DATASET Start Marker
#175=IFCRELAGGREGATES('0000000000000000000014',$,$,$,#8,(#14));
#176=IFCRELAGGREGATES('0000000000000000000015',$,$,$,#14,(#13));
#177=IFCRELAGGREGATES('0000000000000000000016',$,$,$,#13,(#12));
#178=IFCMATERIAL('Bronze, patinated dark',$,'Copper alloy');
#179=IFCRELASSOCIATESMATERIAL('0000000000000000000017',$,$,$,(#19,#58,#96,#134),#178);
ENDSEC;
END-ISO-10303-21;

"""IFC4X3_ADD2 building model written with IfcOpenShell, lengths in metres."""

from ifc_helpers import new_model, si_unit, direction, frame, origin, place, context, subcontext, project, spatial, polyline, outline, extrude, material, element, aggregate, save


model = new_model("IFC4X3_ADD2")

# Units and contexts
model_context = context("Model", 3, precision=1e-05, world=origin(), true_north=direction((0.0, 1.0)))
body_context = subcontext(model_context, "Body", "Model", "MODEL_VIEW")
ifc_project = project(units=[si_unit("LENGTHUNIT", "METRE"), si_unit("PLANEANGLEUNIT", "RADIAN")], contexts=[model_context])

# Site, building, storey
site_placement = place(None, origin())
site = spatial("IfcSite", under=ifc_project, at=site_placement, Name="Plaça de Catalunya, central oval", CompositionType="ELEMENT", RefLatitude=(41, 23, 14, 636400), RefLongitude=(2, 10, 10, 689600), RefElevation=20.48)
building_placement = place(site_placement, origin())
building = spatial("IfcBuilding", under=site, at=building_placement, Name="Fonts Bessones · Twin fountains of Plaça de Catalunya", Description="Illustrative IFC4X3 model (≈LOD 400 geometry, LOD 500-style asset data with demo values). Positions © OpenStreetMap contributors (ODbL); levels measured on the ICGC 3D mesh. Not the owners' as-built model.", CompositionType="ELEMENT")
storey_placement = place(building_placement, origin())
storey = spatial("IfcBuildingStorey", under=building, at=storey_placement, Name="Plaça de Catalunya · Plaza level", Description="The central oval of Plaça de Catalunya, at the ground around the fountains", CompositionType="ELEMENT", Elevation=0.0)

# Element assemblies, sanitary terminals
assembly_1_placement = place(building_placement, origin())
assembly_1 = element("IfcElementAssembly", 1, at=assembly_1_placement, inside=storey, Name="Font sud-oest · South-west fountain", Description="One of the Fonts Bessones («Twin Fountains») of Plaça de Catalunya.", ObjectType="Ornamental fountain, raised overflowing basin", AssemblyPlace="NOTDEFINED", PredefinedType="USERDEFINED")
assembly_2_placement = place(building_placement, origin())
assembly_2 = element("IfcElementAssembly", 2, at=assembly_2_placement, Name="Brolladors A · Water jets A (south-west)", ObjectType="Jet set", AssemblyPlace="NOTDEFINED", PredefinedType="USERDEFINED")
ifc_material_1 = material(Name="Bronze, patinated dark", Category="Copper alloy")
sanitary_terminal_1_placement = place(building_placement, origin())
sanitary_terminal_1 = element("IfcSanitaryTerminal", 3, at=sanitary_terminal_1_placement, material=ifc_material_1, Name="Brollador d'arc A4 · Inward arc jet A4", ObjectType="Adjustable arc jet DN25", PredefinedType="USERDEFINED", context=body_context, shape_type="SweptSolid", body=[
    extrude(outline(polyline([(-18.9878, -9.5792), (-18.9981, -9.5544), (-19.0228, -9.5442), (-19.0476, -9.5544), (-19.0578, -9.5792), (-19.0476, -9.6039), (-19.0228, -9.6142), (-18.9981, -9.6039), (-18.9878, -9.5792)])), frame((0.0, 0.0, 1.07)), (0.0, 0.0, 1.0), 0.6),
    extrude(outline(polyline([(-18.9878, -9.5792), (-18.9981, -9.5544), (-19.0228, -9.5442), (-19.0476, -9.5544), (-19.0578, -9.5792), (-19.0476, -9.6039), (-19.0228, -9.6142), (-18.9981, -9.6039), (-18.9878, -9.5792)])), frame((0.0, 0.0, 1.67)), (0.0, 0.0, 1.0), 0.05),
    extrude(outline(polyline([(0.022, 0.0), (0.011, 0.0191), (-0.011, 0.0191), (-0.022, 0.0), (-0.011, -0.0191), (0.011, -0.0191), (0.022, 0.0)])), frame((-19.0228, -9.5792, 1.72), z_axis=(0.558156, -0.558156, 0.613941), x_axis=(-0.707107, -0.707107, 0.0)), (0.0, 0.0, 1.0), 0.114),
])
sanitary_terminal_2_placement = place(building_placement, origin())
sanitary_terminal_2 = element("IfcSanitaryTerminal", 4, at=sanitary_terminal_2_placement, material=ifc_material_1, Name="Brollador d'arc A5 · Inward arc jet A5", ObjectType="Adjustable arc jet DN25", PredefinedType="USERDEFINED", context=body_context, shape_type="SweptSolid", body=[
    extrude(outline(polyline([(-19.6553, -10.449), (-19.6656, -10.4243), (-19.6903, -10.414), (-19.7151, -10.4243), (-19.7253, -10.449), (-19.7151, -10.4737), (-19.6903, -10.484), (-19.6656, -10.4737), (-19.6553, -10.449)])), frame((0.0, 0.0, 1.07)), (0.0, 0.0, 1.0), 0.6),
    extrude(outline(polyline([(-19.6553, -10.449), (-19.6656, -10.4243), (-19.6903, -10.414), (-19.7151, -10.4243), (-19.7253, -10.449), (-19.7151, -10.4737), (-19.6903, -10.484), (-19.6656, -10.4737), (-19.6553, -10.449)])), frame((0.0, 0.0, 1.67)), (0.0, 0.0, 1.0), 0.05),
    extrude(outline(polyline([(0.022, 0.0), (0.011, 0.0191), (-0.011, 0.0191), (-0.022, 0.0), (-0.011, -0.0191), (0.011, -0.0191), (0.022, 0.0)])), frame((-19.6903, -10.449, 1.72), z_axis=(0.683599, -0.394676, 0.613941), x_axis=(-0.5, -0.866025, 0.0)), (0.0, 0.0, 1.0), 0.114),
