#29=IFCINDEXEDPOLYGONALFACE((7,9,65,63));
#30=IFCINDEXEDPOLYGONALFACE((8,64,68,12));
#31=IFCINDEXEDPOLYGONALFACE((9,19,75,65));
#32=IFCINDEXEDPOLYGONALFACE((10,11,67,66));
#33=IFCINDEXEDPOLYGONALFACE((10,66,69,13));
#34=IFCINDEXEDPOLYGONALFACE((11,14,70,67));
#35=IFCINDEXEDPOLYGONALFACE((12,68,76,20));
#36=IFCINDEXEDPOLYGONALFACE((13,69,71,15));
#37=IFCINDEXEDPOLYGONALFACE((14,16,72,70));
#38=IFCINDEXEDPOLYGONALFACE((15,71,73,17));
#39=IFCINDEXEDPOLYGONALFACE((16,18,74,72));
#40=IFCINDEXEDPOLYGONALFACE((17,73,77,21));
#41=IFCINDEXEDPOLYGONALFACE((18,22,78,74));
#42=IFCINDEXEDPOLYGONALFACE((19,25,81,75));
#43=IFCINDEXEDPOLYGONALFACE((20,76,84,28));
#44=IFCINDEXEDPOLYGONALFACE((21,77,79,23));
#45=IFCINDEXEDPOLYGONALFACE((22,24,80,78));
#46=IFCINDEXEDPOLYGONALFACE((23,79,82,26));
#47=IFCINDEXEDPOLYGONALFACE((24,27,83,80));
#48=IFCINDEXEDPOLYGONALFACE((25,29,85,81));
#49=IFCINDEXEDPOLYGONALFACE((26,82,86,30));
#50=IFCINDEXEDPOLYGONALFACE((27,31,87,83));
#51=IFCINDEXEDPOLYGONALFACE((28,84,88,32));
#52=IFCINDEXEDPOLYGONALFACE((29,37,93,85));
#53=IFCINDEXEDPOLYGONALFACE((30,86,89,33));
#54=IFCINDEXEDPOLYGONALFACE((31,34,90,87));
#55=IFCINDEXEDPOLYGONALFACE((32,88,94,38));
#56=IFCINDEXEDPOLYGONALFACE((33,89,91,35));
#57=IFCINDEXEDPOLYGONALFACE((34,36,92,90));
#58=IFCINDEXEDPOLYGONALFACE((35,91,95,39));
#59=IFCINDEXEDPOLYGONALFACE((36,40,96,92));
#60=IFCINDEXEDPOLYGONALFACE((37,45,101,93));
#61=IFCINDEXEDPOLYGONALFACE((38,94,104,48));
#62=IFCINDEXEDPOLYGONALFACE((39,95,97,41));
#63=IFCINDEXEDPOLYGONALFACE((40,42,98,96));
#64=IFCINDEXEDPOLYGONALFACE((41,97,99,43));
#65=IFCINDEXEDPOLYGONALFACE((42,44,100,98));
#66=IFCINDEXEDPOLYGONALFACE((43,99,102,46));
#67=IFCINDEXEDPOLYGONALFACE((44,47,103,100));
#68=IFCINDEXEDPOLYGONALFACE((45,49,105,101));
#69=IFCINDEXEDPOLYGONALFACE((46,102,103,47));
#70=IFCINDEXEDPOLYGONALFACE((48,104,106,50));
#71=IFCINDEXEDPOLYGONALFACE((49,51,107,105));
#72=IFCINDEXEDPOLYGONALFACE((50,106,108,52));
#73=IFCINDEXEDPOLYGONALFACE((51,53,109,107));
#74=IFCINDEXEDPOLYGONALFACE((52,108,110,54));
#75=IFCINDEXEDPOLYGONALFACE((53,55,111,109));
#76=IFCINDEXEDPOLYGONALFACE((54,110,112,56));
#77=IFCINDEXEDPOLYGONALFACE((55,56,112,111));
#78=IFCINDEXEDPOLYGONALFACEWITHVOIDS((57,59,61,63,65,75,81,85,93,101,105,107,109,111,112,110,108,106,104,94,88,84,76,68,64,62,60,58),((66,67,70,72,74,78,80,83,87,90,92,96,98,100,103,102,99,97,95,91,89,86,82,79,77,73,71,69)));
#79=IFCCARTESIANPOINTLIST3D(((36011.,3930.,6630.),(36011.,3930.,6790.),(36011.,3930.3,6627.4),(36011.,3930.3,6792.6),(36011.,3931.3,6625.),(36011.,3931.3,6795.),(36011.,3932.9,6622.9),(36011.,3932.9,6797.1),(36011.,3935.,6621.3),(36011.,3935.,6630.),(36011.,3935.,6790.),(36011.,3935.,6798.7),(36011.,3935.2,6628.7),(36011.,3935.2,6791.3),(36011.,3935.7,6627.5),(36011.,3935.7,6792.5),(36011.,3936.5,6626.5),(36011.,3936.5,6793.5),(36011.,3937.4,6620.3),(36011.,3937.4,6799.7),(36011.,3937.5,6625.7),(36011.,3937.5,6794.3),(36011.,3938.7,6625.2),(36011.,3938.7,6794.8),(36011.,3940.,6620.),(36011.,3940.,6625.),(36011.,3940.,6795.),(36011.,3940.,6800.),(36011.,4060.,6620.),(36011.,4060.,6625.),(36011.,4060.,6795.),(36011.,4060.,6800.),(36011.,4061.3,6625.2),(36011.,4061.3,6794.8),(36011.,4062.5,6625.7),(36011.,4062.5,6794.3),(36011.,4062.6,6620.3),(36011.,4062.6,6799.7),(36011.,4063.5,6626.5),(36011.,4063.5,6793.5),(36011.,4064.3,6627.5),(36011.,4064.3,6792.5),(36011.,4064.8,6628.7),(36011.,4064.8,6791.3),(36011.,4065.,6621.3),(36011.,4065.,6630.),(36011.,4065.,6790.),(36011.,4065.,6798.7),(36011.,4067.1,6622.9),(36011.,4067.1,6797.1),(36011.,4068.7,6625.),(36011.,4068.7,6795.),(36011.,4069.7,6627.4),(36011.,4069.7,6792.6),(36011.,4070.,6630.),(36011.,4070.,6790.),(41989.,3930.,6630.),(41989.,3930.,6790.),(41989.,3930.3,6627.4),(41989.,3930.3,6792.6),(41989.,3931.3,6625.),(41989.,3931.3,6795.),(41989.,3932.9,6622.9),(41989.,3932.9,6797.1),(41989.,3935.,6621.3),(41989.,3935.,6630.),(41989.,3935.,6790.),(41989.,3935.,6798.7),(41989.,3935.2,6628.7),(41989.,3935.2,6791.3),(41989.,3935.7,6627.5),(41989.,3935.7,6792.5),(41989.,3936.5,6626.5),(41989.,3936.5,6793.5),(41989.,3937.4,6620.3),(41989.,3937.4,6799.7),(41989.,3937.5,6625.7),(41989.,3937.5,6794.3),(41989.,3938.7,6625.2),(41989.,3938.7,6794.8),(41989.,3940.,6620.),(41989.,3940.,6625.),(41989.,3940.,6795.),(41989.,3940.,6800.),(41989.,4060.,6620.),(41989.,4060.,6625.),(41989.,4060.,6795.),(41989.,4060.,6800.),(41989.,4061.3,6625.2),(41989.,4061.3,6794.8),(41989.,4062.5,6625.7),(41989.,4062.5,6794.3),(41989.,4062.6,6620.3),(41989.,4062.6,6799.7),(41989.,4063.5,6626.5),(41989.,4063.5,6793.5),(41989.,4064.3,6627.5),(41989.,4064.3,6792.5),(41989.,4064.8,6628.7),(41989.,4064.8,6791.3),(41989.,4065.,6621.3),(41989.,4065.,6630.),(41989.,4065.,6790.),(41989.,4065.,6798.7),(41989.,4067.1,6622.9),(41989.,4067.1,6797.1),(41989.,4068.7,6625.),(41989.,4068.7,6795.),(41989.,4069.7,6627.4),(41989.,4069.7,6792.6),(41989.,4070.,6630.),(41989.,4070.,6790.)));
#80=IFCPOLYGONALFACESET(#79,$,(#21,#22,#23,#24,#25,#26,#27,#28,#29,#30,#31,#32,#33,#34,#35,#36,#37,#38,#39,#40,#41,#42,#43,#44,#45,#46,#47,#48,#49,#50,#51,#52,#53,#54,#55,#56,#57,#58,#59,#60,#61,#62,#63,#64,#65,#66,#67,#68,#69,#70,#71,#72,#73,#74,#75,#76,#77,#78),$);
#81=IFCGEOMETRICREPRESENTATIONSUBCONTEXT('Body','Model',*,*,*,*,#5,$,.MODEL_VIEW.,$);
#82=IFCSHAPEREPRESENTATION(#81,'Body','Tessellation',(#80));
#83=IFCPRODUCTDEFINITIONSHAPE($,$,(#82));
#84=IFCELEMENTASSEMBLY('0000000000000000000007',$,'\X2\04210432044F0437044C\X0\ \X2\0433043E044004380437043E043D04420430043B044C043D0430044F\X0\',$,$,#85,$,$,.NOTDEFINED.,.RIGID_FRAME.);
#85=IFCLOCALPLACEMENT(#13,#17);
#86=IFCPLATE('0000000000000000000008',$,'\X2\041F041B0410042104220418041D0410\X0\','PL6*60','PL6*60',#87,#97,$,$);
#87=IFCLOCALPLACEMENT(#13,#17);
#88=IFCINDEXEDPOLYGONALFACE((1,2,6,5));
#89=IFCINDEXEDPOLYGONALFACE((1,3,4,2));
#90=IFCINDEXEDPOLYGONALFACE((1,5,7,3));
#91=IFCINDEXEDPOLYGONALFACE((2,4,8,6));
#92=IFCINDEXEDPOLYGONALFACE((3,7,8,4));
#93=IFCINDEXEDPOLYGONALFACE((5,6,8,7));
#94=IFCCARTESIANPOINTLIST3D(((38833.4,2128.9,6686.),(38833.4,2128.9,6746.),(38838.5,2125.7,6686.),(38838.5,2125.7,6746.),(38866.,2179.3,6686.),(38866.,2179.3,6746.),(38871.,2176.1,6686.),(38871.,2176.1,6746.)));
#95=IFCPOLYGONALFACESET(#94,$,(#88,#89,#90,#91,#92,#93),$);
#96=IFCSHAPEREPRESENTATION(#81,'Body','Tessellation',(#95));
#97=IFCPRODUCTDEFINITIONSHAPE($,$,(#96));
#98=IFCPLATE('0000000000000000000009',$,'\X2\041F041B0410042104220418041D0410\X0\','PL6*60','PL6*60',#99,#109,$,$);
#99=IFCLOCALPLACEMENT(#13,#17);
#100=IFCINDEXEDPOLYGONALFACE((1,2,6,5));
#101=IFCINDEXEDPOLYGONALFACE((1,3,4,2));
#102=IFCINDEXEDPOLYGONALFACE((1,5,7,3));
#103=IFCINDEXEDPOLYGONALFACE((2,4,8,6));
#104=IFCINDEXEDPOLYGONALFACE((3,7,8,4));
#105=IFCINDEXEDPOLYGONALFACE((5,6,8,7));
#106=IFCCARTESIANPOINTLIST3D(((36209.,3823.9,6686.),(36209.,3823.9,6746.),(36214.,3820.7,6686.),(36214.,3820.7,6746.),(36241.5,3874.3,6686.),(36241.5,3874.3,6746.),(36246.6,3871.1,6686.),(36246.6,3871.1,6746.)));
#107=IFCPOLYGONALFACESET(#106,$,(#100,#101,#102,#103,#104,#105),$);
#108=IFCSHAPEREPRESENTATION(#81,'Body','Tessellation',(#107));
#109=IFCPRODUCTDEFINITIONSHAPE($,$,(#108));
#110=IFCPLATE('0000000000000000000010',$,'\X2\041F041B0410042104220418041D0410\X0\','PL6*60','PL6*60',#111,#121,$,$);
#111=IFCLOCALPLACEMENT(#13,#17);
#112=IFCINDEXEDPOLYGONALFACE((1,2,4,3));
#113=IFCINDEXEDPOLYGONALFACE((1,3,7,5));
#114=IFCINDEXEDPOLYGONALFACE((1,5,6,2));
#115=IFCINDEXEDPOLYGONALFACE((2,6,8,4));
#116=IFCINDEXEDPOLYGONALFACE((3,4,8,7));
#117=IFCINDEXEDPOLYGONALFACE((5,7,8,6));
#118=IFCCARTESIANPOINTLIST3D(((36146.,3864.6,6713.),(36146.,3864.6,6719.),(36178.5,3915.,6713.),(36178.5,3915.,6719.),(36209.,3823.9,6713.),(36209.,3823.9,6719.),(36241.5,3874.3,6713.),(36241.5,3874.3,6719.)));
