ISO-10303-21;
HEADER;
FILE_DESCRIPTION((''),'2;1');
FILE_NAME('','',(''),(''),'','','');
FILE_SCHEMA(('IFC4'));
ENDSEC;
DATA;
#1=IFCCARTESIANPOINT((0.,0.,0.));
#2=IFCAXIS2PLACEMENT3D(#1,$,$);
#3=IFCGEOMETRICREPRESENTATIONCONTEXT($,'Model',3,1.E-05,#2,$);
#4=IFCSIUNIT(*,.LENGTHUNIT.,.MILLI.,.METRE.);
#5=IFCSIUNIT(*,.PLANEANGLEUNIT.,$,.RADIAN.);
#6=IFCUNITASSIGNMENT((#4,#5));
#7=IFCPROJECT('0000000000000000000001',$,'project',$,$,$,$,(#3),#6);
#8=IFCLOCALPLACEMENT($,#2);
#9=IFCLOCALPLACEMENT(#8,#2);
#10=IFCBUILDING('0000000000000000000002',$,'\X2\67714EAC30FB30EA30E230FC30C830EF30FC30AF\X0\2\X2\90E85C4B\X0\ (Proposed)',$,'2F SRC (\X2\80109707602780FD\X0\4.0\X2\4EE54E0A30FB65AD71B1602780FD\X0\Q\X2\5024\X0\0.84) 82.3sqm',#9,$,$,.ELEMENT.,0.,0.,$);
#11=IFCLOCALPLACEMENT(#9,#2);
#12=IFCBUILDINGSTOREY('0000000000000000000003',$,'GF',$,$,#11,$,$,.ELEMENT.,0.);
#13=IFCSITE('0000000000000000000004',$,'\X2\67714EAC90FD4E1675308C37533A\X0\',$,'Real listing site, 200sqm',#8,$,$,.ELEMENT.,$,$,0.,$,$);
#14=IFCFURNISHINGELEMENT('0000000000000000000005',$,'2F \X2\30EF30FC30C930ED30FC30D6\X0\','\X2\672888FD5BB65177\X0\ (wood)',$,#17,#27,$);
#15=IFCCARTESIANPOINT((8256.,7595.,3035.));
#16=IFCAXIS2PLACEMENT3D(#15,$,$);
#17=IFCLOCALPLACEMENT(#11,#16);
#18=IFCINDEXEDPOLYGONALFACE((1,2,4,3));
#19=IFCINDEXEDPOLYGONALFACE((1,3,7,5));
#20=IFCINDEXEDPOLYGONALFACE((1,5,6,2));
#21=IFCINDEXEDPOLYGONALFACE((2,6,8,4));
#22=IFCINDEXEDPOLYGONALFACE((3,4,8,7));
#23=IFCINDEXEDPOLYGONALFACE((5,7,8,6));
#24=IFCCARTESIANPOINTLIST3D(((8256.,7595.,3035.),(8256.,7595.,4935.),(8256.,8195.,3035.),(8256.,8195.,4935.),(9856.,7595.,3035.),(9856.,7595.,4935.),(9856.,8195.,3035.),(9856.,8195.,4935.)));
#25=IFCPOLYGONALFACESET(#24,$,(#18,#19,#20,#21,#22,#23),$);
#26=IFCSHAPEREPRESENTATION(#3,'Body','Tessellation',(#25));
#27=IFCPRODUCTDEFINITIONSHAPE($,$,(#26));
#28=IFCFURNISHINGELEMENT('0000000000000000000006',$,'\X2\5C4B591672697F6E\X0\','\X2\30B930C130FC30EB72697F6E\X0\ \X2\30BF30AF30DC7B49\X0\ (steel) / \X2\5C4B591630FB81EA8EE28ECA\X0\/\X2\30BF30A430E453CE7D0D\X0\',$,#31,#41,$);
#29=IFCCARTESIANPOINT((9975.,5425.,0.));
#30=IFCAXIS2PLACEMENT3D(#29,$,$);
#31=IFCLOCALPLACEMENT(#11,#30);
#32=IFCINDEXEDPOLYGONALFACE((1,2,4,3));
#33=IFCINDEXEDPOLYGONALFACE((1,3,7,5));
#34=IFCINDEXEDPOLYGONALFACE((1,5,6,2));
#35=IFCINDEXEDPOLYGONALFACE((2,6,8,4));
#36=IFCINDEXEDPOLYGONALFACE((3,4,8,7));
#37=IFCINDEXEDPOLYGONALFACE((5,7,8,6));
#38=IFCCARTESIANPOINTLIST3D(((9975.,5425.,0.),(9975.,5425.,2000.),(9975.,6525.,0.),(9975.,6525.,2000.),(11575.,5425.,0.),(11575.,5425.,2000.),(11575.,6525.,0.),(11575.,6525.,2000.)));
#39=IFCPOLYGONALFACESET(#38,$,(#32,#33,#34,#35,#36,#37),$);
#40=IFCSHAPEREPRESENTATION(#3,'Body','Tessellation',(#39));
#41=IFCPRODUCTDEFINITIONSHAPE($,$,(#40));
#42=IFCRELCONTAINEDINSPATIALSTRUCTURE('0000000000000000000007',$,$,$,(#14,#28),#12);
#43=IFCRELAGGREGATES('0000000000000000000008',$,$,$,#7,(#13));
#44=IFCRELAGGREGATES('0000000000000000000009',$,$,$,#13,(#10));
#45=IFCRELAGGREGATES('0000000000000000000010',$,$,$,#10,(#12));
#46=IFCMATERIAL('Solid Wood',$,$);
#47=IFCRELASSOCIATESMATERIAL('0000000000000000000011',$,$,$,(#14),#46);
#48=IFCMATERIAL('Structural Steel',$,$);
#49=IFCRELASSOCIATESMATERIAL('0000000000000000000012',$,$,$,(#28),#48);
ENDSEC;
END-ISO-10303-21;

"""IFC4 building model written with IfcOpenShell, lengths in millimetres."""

from ifc_helpers import new_model, si_unit, frame, frame_2d, origin, place, context, project, spatial, rectangle, extrude, material, element, save


model = new_model("IFC4")

# Units and contexts
model_context = context("Model", 3, precision=1e-05, world=origin())
ifc_project = project(units=[si_unit("LENGTHUNIT", "METRE", prefix="MILLI"), si_unit("PLANEANGLEUNIT", "RADIAN")], contexts=[model_context])

# Site, building, storey
site_placement = place(None, origin())
site = spatial("IfcSite", under=ifc_project, at=site_placement, Name="東京都世田谷区", ObjectType="Real listing site, 200sqm", CompositionType="ELEMENT", RefElevation=0.0)
building_placement = place(site_placement, origin())
building = spatial("IfcBuilding", under=site, at=building_placement, Name="東京・リモートワーク2部屋 (Proposed)", ObjectType="2F SRC (耐震性能4.0以上・断熱性能Q値0.84) 82.3sqm", CompositionType="ELEMENT", ElevationOfRefHeight=0.0, ElevationOfTerrain=0.0)
storey_placement = place(building_placement, origin())
storey = spatial("IfcBuildingStorey", under=building, at=storey_placement, Name="GF", CompositionType="ELEMENT", Elevation=0.0)

# Shared definitions
ifc_material_1 = material(Name="Solid Wood")

# Shared definitions
ifc_material_2 = material(Name="Structural Steel")

# Furnishing elements
furnishing_1_placement = place(storey_placement, frame((8256.0, 7595.0, 3035.0)))
element("IfcFurnishingElement", 1, at=furnishing_1_placement, inside=storey, material=ifc_material_1, Name="2F ワードローブ", Description="木製家具 (wood)", context=model_context, shape_type="SweptSolid", body=[
    extrude(rectangle(XDim=1600.0, YDim=600.0, at=frame_2d((800.0, 300.0))), frame((8256.0, 7595.0, 3035.0)), (0.0, 0.0, 1.0), 1900.0),
])
furnishing_2_placement = place(storey_placement, frame((9975.0, 5425.0, 0.0)))
element("IfcFurnishingElement", 2, at=furnishing_2_placement, inside=storey, material=ifc_material_2, Name="屋外物置", Description="スチール物置 タクボ等 (steel) / 屋外・自転車/タイヤ収納", context=model_context, shape_type="SweptSolid", body=[
    extrude(rectangle(XDim=1600.0, YDim=1100.0, at=frame_2d((800.0, 550.0))), frame((9975.0, 5425.0, 0.0)), (0.0, 0.0, 1.0), 2000.0),
])

save(model, "model.ifc")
DATASET End Marker
--- WHAT TO PRODUCE ---
Note how many lines above hold "Tessellation" and give that figure alone.

--- OUTPUT OF THE EXERCISE ---
5